Zhang Y, Doranz B, Yankaskas J R, Engelhardt J F
Department of Molecular and Cellular Engineering, University of Pennsylvania Medical Center, Philadelphia 19104, USA.
J Clin Invest. 1995 Dec;96(6):2997-3004. doi: 10.1172/JCI118372.

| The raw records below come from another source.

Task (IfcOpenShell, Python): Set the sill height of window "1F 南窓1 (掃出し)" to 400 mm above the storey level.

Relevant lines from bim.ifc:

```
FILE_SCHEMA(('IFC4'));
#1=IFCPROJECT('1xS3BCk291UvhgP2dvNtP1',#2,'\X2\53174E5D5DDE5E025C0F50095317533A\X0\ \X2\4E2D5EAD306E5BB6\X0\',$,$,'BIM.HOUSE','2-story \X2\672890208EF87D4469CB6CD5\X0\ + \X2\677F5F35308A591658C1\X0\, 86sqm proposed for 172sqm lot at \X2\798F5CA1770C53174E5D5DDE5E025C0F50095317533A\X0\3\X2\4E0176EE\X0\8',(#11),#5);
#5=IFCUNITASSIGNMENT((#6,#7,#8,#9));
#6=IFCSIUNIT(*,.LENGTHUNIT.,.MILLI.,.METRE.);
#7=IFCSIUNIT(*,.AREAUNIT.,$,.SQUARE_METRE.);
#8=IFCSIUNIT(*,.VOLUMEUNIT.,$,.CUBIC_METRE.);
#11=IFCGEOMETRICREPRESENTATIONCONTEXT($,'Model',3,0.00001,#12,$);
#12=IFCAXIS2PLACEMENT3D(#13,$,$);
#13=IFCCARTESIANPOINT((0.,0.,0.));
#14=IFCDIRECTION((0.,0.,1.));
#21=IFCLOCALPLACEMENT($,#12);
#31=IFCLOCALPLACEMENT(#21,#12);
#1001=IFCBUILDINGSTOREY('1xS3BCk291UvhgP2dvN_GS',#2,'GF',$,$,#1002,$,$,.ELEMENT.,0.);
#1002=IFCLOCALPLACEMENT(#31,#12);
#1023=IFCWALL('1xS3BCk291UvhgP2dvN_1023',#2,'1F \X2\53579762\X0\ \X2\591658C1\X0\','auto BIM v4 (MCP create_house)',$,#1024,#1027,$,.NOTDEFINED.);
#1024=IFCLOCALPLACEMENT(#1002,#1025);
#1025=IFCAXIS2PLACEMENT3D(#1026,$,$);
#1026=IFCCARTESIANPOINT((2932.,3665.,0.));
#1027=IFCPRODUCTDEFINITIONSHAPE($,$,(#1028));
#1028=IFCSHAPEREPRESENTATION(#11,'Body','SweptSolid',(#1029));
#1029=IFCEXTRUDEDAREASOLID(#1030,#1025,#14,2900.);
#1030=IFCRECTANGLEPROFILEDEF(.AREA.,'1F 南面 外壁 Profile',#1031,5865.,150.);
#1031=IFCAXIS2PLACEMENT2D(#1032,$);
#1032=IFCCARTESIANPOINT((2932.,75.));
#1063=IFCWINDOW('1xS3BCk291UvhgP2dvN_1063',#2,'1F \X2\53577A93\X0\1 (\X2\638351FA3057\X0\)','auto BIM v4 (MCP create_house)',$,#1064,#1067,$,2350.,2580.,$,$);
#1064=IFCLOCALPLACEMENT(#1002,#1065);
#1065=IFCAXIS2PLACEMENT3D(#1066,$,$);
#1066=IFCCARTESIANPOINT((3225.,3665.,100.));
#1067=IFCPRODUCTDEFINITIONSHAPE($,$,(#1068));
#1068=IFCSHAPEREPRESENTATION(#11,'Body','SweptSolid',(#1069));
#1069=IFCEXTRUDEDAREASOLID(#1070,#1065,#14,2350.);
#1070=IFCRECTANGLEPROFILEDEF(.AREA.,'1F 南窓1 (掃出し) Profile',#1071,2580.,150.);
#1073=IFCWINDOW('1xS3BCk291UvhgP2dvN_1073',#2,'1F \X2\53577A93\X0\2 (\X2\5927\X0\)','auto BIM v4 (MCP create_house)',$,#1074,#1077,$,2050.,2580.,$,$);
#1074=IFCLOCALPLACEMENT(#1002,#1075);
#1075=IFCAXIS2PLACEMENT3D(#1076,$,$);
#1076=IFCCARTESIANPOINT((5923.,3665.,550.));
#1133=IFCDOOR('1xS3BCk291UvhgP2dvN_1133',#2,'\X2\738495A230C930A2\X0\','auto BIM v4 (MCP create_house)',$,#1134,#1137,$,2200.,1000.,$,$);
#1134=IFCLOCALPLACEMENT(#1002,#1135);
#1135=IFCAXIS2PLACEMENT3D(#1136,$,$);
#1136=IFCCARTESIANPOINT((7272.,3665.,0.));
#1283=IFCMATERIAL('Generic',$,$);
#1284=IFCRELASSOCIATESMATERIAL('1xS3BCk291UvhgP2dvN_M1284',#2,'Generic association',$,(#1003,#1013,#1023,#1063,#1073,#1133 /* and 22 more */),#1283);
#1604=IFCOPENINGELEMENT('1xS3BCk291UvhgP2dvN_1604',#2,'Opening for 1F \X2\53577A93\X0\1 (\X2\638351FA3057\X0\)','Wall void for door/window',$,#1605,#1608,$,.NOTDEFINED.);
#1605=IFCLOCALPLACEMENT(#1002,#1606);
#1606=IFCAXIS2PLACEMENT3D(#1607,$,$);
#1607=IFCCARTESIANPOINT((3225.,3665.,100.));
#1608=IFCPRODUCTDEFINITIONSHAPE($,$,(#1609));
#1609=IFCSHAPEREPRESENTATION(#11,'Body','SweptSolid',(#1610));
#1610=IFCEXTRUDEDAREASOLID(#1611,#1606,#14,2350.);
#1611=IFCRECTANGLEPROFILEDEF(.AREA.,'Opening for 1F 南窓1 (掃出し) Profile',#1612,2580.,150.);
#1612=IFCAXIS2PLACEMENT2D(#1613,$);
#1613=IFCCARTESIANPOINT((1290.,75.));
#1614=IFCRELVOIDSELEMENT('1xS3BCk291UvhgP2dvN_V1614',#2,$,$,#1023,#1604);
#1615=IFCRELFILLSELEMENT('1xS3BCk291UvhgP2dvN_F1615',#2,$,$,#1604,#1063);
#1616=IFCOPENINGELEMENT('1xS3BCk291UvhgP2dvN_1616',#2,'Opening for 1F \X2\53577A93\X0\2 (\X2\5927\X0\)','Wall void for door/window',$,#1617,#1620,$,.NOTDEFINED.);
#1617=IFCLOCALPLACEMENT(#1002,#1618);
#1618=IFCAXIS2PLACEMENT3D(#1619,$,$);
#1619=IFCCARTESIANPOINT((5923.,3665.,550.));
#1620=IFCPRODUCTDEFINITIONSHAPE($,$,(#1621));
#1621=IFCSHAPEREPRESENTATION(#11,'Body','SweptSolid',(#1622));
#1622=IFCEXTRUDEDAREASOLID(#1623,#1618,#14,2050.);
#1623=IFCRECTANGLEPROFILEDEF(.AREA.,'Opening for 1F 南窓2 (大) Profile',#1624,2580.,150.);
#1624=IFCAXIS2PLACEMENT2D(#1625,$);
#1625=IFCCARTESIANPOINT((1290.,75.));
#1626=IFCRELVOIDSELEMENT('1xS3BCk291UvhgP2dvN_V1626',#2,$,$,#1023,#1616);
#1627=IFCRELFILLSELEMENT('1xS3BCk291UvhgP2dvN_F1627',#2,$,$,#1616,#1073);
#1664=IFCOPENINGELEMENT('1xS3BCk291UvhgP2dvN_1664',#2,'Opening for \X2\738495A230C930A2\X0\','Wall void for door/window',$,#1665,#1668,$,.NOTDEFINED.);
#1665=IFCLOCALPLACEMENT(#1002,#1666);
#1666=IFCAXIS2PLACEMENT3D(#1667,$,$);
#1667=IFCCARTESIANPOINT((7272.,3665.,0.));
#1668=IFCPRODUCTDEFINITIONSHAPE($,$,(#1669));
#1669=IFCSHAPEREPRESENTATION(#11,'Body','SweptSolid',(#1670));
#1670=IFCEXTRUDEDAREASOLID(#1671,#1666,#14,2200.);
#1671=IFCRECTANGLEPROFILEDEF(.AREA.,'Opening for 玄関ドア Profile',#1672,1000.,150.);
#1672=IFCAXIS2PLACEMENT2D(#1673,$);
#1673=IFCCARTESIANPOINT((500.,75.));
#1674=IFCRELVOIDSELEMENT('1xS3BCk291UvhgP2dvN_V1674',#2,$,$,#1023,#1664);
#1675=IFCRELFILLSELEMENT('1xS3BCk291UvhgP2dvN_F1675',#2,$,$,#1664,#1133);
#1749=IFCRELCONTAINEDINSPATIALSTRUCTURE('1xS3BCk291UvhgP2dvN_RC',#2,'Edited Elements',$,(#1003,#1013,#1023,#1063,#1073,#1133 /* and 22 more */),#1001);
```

```python
import numpy as np
import ifcopenshell
import ifcopenshell.api.geometry
import ifcopenshell.geom
import ifcopenshell.util.element
import ifcopenshell.util.placement
import ifcopenshell.util.shape
import ifcopenshell.util.unit

model = ifcopenshell.open("bim.ifc")
unit_scale = ifcopenshell.util.unit.calculate_unit_scale(model)

window = model.by_guid("1xS3BCk291UvhgP2dvN_1063")
opening = window.FillsVoids[0].RelatingOpeningElement
storey = ifcopenshell.util.element.get_container(window, ifc_class="IfcBuildingStorey")
level = ifcopenshell.util.placement.get_local_placement(storey.ObjectPlacement)[2, 3]

# The opening's origin need not be at the sill, so measure its lowest point.
shape = ifcopenshell.geom.create_shape(ifcopenshell.geom.settings(), opening)
bottom = ifcopenshell.util.shape.get_shape_bottom_elevation(shape, shape.geometry) / unit_scale
dz = level + 0.4 / unit_scale - bottom

shift = np.array([0.0, 0.0, dz])
# The window is not placed relative to its opening, so move both.
for product in (opening, window):
    matrix = ifcopenshell.util.placement.get_local_placement(product.ObjectPlacement)
    matrix[:3, 3] += shift
    ifcopenshell.api.geometry.edit_object_placement(model, product=product, matrix=matrix, is_si=False)

print(f"moved by {dz * unit_scale:+.3f} m")

model.write("bim-out.ifc")
```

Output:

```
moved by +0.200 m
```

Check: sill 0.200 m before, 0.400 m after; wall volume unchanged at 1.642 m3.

Intracellular dysfunction of the cystic fibrosis transmembrane conductance regulator (CFTR) has been proposed to alter endosomal acidification. The most widely studied consequence of this defect has been alterations in the biochemical properties of cystic fibrosis (CF) respiratory mucus glycoproteins. However, studies confirming the existence of mucous processing defects in CF have been hindered by the lack of in vivo animal models by which to test these hypotheses in the absence of secondary effects of chronic bacterial infection. The human bronchial xenograft model has been useful in evaluating the pathophysiologic differences between CF and non-CF airway epithelium, in the absence of secondary disease effects such as goblet cell hyperplasia. In this study we sought to compare the extent of sulfation within secreted mucus glycoproteins from CF and non-CF human bronchial xenografts. Cumulative results of xenografts generated from 13 independent CF tissue samples demonstrated a statistically significant higher level of sulfation (1.7 +/- 0.18, P < 0.026) as compared to non-CF paired controls. Such findings add to the growing body of knowledge that primary defects in sulfation exist in CF respiratory mucin. Correlation of genotype with the extent of mucus sulfation revealed two categories of CF tissues with statistically different mucus sulfation profiles. Results from these studies demonstrated a 2.0 +/- 0.15-fold higher level of mucus sulfation produced from xenografts of five defined CF genotypes as compared to non-CF controls (P < 0.004, n= 10). Interestingly, three CF samples for which one mutant allele remained undefined (deltaoff8/unknown or G551D/unknown) demonstrated no statistical difference in the level of sulfation as compared with matched non-CF controls (n= 3). This as yet unknown allele was not identified within a screen for the 26 most common CF mutations. These results provide preliminary evidence for allelic variation within the CF population which may begin to elucidate the structure-function of CFTR with regards to intracellular mucus processing defects.
有人提出囊性纤维化跨膜传导调节因子(CFTR)的细胞内功能障碍会改变内体酸化。这种缺陷最广泛研究的后果是囊性纤维化(CF)呼吸道黏液糖蛋白的生化特性发生改变。然而,由于缺乏在无慢性细菌感染继发效应的情况下测试这些假设的体内动物模型,证实CF中存在黏液加工缺陷的研究受到了阻碍。人支气管异种移植模型在评估CF和非CF气道上皮之间的病理生理差异方面很有用,且不存在杯状细胞增生等继发疾病效应。在本研究中,我们试图比较CF和非CF人支气管异种移植分泌的黏液糖蛋白中的硫酸化程度。来自13个独立CF组织样本的异种移植累积结果表明,与非CF配对对照相比,硫酸化水平在统计学上显著更高(1.7±0.18,P<0.026)。这些发现增加了越来越多的知识,即CF呼吸道黏蛋白中存在硫酸化的原发性缺陷。基因型与黏液硫酸化程度的相关性揭示了两类CF组织,其黏液硫酸化谱在统计学上不同。这些研究结果表明,与非CF对照相比,五种确定的CF基因型的异种移植产生的黏液硫酸化水平高2.0±0.15倍(P<0.004,n = 10)。有趣的是,三个一个突变等位基因仍未确定的CF样本(deltaoff8/未知或G551D/未知)与匹配的非CF对照相比,硫酸化水平没有统计学差异(n = 3)。在对26种最常见的CF突变进行的筛查中未发现这个尚未确定的等位基因。这些结果为CF人群中的等位基因变异提供了初步证据,这可能开始阐明CFTR在细胞内黏液加工缺陷方面的结构功能。